裴越越盯着他,终于看清了他的样子。那是一张很年轻的脸,剑眉星目,鼻梁高挺,嘴唇微抿,线条冷硬得像刀刻出来的。
皮肤白得近乎透明,能看见下面淡青色的血管。
但脖子以下,完全是另一番景象。
他的身体呈碳化状态,像一块被大火焚烧后又被水浇灭的木炭,表面布满密密麻麻的裂纹,裂纹深处有暗红色的光在流动,像即将熄灭的余烬,又像被封印在地底的岩浆。

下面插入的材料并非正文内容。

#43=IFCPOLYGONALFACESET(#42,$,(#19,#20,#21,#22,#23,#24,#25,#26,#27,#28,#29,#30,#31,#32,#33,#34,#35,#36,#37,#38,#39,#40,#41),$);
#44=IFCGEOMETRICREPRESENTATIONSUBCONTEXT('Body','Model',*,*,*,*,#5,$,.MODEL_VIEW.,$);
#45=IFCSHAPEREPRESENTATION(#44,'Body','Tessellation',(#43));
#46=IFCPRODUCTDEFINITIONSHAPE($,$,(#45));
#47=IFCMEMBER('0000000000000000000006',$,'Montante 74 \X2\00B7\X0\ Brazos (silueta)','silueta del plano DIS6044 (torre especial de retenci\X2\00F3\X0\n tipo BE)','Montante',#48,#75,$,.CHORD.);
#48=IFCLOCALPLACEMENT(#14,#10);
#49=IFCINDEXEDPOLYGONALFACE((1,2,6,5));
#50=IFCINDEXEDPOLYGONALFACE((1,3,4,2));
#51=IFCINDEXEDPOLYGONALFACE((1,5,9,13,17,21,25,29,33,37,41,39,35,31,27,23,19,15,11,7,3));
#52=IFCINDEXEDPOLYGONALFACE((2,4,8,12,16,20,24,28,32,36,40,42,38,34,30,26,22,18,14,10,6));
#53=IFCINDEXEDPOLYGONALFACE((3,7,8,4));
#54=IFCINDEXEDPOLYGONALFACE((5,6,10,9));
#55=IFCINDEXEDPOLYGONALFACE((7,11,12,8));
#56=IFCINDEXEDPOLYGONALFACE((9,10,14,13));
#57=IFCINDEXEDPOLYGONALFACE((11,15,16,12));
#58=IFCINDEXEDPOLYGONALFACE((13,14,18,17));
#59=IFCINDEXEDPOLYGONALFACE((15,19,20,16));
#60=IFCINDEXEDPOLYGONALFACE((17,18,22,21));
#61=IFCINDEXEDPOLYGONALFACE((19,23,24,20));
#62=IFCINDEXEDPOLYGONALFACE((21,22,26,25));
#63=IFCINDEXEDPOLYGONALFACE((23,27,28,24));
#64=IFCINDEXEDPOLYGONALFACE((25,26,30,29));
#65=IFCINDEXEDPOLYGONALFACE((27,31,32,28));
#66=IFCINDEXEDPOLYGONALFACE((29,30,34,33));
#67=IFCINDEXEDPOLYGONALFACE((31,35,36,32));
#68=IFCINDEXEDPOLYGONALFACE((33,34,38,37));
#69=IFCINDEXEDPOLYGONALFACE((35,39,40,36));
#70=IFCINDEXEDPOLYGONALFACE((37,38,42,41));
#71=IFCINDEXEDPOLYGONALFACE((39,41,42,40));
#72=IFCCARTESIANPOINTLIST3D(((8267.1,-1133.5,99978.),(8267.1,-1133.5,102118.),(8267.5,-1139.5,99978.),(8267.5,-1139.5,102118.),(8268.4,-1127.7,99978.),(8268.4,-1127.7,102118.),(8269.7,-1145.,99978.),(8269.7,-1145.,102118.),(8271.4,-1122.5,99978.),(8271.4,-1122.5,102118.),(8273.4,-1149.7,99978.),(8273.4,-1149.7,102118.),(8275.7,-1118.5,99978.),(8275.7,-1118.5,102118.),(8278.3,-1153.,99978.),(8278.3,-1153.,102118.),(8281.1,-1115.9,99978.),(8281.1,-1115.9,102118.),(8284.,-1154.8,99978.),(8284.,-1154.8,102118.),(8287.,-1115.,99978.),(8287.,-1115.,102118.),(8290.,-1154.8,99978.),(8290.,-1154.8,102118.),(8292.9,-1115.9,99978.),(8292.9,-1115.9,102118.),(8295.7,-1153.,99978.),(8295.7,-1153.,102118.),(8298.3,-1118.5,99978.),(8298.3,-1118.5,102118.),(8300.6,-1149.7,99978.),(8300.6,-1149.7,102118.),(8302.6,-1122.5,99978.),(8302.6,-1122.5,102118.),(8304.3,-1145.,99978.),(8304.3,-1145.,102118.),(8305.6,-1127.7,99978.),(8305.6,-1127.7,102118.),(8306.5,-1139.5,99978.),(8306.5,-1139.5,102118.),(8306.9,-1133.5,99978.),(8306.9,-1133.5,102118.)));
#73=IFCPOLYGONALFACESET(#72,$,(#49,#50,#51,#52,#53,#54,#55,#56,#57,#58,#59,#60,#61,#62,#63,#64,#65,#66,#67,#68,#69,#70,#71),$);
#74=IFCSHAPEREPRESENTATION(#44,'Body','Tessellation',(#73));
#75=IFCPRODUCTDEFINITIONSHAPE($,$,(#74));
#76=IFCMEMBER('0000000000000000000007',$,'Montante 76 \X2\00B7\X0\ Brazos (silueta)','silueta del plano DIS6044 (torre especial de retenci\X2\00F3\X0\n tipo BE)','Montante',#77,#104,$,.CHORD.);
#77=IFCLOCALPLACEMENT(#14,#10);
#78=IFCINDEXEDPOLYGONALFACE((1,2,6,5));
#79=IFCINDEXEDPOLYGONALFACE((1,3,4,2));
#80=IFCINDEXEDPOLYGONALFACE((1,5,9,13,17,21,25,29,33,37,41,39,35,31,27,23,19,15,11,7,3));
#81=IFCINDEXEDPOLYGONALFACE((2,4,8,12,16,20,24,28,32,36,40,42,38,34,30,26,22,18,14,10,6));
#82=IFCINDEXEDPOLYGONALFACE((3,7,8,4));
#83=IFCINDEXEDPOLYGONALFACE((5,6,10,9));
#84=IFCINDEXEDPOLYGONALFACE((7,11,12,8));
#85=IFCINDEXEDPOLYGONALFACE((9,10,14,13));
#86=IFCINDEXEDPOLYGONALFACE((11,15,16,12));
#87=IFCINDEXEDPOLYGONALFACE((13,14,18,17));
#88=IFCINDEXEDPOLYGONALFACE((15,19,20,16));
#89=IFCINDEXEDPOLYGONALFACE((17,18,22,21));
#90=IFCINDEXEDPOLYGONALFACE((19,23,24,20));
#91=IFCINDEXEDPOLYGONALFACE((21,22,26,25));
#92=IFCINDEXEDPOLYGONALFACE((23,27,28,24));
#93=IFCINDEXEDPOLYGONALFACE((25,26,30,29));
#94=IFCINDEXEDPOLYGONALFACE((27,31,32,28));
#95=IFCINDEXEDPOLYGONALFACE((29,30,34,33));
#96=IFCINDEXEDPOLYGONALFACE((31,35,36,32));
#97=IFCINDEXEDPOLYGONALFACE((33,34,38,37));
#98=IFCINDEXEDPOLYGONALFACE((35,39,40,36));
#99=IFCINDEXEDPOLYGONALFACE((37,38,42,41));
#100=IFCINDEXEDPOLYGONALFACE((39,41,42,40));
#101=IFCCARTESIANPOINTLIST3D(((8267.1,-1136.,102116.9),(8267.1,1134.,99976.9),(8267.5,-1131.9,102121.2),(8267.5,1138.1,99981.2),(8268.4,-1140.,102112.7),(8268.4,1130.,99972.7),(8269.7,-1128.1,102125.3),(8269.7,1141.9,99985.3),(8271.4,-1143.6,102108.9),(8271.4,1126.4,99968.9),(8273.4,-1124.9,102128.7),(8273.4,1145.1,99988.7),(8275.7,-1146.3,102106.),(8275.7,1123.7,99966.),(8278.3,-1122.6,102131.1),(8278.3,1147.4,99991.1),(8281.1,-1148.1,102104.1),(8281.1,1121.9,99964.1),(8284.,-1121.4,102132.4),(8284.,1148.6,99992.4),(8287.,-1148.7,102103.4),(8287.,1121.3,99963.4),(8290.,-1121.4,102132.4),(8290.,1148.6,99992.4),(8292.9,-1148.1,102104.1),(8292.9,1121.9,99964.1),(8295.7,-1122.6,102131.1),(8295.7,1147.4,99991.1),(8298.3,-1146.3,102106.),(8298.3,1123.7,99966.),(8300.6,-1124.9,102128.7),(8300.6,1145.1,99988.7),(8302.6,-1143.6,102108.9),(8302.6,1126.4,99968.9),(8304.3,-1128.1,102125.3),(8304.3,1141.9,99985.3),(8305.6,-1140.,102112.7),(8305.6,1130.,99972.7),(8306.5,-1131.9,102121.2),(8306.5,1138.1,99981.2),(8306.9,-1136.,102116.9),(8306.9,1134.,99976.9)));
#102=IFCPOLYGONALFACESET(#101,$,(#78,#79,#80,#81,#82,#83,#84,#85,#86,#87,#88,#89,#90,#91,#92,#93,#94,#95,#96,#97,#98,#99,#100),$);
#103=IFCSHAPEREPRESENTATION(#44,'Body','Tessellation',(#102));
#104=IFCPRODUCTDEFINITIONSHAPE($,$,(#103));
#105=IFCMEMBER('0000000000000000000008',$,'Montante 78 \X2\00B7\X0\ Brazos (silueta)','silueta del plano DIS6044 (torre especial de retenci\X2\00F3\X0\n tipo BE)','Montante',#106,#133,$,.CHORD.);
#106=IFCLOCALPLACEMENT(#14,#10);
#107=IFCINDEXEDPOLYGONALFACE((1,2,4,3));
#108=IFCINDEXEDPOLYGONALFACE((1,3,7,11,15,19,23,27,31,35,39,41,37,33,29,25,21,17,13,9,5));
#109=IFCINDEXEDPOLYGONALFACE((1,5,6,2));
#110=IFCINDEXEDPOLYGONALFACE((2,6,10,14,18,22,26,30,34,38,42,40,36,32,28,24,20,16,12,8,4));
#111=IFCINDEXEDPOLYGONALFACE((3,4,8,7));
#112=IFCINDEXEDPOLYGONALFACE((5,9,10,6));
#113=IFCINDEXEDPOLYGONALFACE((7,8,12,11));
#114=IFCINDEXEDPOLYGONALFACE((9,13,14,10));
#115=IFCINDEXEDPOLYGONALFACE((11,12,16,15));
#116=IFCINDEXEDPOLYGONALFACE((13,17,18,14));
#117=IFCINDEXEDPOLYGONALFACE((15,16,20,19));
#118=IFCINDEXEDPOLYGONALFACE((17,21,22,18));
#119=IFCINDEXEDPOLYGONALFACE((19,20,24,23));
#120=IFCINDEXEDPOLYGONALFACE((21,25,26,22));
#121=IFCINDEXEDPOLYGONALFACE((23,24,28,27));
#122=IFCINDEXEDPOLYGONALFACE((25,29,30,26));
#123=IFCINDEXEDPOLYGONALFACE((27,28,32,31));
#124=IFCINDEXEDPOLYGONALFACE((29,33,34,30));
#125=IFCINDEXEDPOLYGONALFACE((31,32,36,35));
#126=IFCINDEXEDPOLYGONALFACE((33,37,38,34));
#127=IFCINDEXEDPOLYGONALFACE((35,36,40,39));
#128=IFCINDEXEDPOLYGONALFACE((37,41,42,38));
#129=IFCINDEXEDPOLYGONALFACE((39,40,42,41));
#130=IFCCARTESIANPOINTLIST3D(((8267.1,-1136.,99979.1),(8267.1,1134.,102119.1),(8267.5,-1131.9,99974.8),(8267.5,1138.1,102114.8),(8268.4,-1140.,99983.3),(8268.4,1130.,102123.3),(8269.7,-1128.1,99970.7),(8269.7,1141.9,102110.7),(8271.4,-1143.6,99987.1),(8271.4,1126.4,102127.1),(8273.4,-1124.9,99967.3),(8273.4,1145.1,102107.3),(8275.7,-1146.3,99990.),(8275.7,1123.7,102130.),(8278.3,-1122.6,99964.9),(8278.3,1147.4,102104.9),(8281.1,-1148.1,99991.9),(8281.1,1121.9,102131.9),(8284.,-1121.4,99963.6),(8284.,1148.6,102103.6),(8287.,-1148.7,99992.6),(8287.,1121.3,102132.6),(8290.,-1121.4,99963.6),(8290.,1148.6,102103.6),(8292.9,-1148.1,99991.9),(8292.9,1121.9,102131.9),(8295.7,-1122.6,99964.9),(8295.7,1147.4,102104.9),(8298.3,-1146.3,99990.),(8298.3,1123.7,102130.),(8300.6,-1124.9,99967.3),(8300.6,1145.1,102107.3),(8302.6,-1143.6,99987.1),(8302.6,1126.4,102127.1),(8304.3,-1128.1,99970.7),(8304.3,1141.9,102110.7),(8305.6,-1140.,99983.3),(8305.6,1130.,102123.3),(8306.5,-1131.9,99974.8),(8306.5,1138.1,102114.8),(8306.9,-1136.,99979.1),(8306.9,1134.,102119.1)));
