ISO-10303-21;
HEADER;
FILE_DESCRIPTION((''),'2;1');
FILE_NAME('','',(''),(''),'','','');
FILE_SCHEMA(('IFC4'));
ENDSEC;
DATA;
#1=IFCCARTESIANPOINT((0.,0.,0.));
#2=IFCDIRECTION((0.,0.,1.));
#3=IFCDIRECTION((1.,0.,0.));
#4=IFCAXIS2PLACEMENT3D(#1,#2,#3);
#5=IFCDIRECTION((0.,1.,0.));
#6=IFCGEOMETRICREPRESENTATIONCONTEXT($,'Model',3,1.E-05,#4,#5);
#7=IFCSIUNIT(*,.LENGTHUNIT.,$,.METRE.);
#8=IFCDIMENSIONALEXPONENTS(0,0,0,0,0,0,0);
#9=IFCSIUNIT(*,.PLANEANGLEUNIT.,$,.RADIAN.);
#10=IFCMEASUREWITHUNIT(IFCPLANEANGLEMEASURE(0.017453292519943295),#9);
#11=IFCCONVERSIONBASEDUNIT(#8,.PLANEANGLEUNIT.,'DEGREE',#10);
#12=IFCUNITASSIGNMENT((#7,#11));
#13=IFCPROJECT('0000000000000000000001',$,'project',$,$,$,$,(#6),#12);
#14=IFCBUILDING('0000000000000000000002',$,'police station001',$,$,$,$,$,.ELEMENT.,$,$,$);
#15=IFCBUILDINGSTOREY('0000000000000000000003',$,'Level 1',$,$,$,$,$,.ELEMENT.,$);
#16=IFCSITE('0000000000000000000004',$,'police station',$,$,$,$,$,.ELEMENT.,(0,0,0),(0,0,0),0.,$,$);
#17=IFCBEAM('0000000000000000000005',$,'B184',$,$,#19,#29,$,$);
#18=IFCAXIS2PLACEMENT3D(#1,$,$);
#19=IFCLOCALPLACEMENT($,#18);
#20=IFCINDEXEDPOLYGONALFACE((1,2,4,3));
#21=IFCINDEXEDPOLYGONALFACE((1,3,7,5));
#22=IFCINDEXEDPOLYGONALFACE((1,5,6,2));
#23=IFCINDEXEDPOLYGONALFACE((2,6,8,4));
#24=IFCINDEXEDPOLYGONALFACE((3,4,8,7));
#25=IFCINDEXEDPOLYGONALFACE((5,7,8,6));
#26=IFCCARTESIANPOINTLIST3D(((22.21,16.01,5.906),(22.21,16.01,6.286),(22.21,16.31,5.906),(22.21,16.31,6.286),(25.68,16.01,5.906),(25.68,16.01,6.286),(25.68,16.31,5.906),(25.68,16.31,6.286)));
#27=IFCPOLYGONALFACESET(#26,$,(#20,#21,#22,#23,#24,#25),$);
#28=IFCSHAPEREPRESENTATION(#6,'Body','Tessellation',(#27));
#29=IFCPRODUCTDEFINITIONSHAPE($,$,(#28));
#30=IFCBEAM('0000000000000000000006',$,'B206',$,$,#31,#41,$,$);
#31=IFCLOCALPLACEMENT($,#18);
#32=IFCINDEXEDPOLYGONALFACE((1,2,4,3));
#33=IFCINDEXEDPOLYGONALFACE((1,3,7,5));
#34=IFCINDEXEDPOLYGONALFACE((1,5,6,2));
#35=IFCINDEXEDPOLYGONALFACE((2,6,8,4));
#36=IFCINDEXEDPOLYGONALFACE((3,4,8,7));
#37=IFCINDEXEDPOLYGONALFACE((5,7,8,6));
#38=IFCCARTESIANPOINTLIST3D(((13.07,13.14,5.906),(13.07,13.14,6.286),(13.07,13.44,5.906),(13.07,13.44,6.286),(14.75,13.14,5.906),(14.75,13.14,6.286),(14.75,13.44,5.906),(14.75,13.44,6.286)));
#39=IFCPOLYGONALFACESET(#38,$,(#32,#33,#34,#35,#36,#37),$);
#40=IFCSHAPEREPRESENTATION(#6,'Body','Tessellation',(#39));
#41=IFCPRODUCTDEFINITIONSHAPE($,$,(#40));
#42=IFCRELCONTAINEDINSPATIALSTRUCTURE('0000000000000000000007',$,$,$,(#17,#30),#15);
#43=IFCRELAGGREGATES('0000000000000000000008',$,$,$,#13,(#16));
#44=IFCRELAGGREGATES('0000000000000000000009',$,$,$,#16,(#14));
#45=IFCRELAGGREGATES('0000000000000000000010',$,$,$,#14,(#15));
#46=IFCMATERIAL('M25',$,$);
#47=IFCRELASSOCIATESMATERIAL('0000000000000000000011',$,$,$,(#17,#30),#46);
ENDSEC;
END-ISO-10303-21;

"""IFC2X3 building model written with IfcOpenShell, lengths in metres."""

from ifc_helpers import new_model, entity, si_unit, converted_unit, direction, frame, frame_2d, origin_with_axes, place, context, project, spatial, rectangle, extrude, material, element, save


model = new_model("IFC2X3")

# Units and contexts
model_context = context("Model", 3, precision=1e-05, world=origin_with_axes(), true_north=direction((0.0, 1.0, 0.0)))
ifc_project = project(units=[si_unit("LENGTHUNIT", "METRE"), converted_unit("PLANEANGLEUNIT", "DEGREE", entity("IfcPlaneAngleMeasure", 0.017453292519943295), si_unit("PLANEANGLEUNIT", "RADIAN"), dimensions=[0, 0, 0, 0, 0, 0, 0])], contexts=[model_context])

# Site, building, storey
site = spatial("IfcSite", under=ifc_project, Name="police station", CompositionType="ELEMENT", RefLatitude=(0, 0, 0), RefLongitude=(0, 0, 0), RefElevation=0.0)
building = spatial("IfcBuilding", under=site, Name="police station001", CompositionType="ELEMENT")
storey = spatial("IfcBuildingStorey", under=building, Name="Level 1", CompositionType="ELEMENT")

# Shared definitions
ifc_material = material(Name="M25")
placement = place(None, origin_with_axes())

# Beams
element("IfcBeam", 1, at=placement, inside=storey, material=ifc_material, Name="B184", context=model_context, shape_type="SweptSolid", body=[
    extrude(rectangle(XDim=0.3, YDim=0.38, at=frame_2d((0.0, 0.0), x_axis=(0.0, 1.0, 0.0))), frame((22.21, 16.16, 6.096), z_axis=(1.0, 0.0, 0.0), x_axis=(0.0, 0.0, -1.0)), (0.0, 0.0, 1.0), 3.47),
])
element("IfcBeam", 2, at=placement, inside=storey, material=ifc_material, Name="B206", context=model_context, shape_type="SweptSolid", body=[
    extrude(rectangle(XDim=0.3, YDim=0.38, at=frame_2d((0.0, 0.0), x_axis=(0.0, 1.0, 0.0))), frame((13.07, 13.29, 6.096), z_axis=(1.0, 0.0, 0.0), x_axis=(0.0, 0.0, -1.0)), (0.0, 0.0, 1.0), 1.68),
])

save(model, "model.ifc")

每一次呼吸,那些裂纹就会扩张、收缩,发出细微的“嘎吱”声,像有人在一脚一脚踩碎枯枝。
他的衣服是黑色的,深衣制式,领口很高,立起来,遮住了大半个脖子。袖口很宽,垂下来,遮住了大半个手背。
衣料看起来很厚实,但裴越越注意到,那些碳化的裂纹已经蔓延到了衣领边缘,像黑色的藤蔓,正在一点一点往上爬。
而那些裂纹隐隐间散发著的暗红色光芒,就像一条条被封印在地底的岩浆河,每一次流动都让空气一阵阵微微扭曲。
在直面概念并消灭了一个概念之后,裴越越发现自己对一些概念可以做到一定程度上的辨识,而此时萦绕在其身周的便是【衰老】。
是被强行压制在一个人体内的、足以让一座山风化、让一条河干涸、让一个文明从繁荣走向消亡的衰老。
裴越越的喉咙有些发干。
他见过封肃河的山河大势,见过苗三的藏刀术,见过沈顷元的雷音醒世,见过那些大神通者举手投足间引动天地之威的场面。
但他从未见过一个人,用自己的身体承载“衰老”这个概念本身。
而这个人虽然看着面容年轻,可细细感知就能发现他像是一个将死未死的濒死老人。
裴越越的目光在他身上停了两秒,然后迅速移开。
“不用在意。”
那个声音又响起了。
很轻,轻得像风穿过枯叶时的窸窣,但在空旷的地下空间里,每一个字都清清楚楚,像有人用冰凿在他耳膜上刻字。
“进来坐。”
裴越越深吸一口气,迈步走进亭子。
亭子里的空气比外面更凉。
几乎就是在瞬间,他的皮肤表面起了一层细密的鸡皮疙瘩,汗毛竖起来,像被什么东西从四面八方轻轻拉扯。
石凳有三个,呈品字形排列。
裴越越在他左侧的石凳上坐下。
石凳很凉,凉得像坐在一块千年寒冰上,那股凉意从臀部往上蔓延,顺着脊椎一路爬到后脑勺,激得他打了个激灵。
“你是赢无柩。”
他没有用疑问句。
那个人的嘴角微微上扬了一个很小的弧度,那个弧度很小,小到如果不仔细看根本注意不到,但裴越越看见了。
“是。”
赢无柩睁开眼。
那一瞬间,裴越越的瞳孔收缩了一下。
那是一双他无法用语言描述的眼睛。
瞳孔是深褐色的,接近黑色,但瞳孔深处有什么东西在流动,就如封肃河、苗三、沈顷元、尕古等人一般,这是成就大神通的标志,一身修为外显于眼睛,神藏于目。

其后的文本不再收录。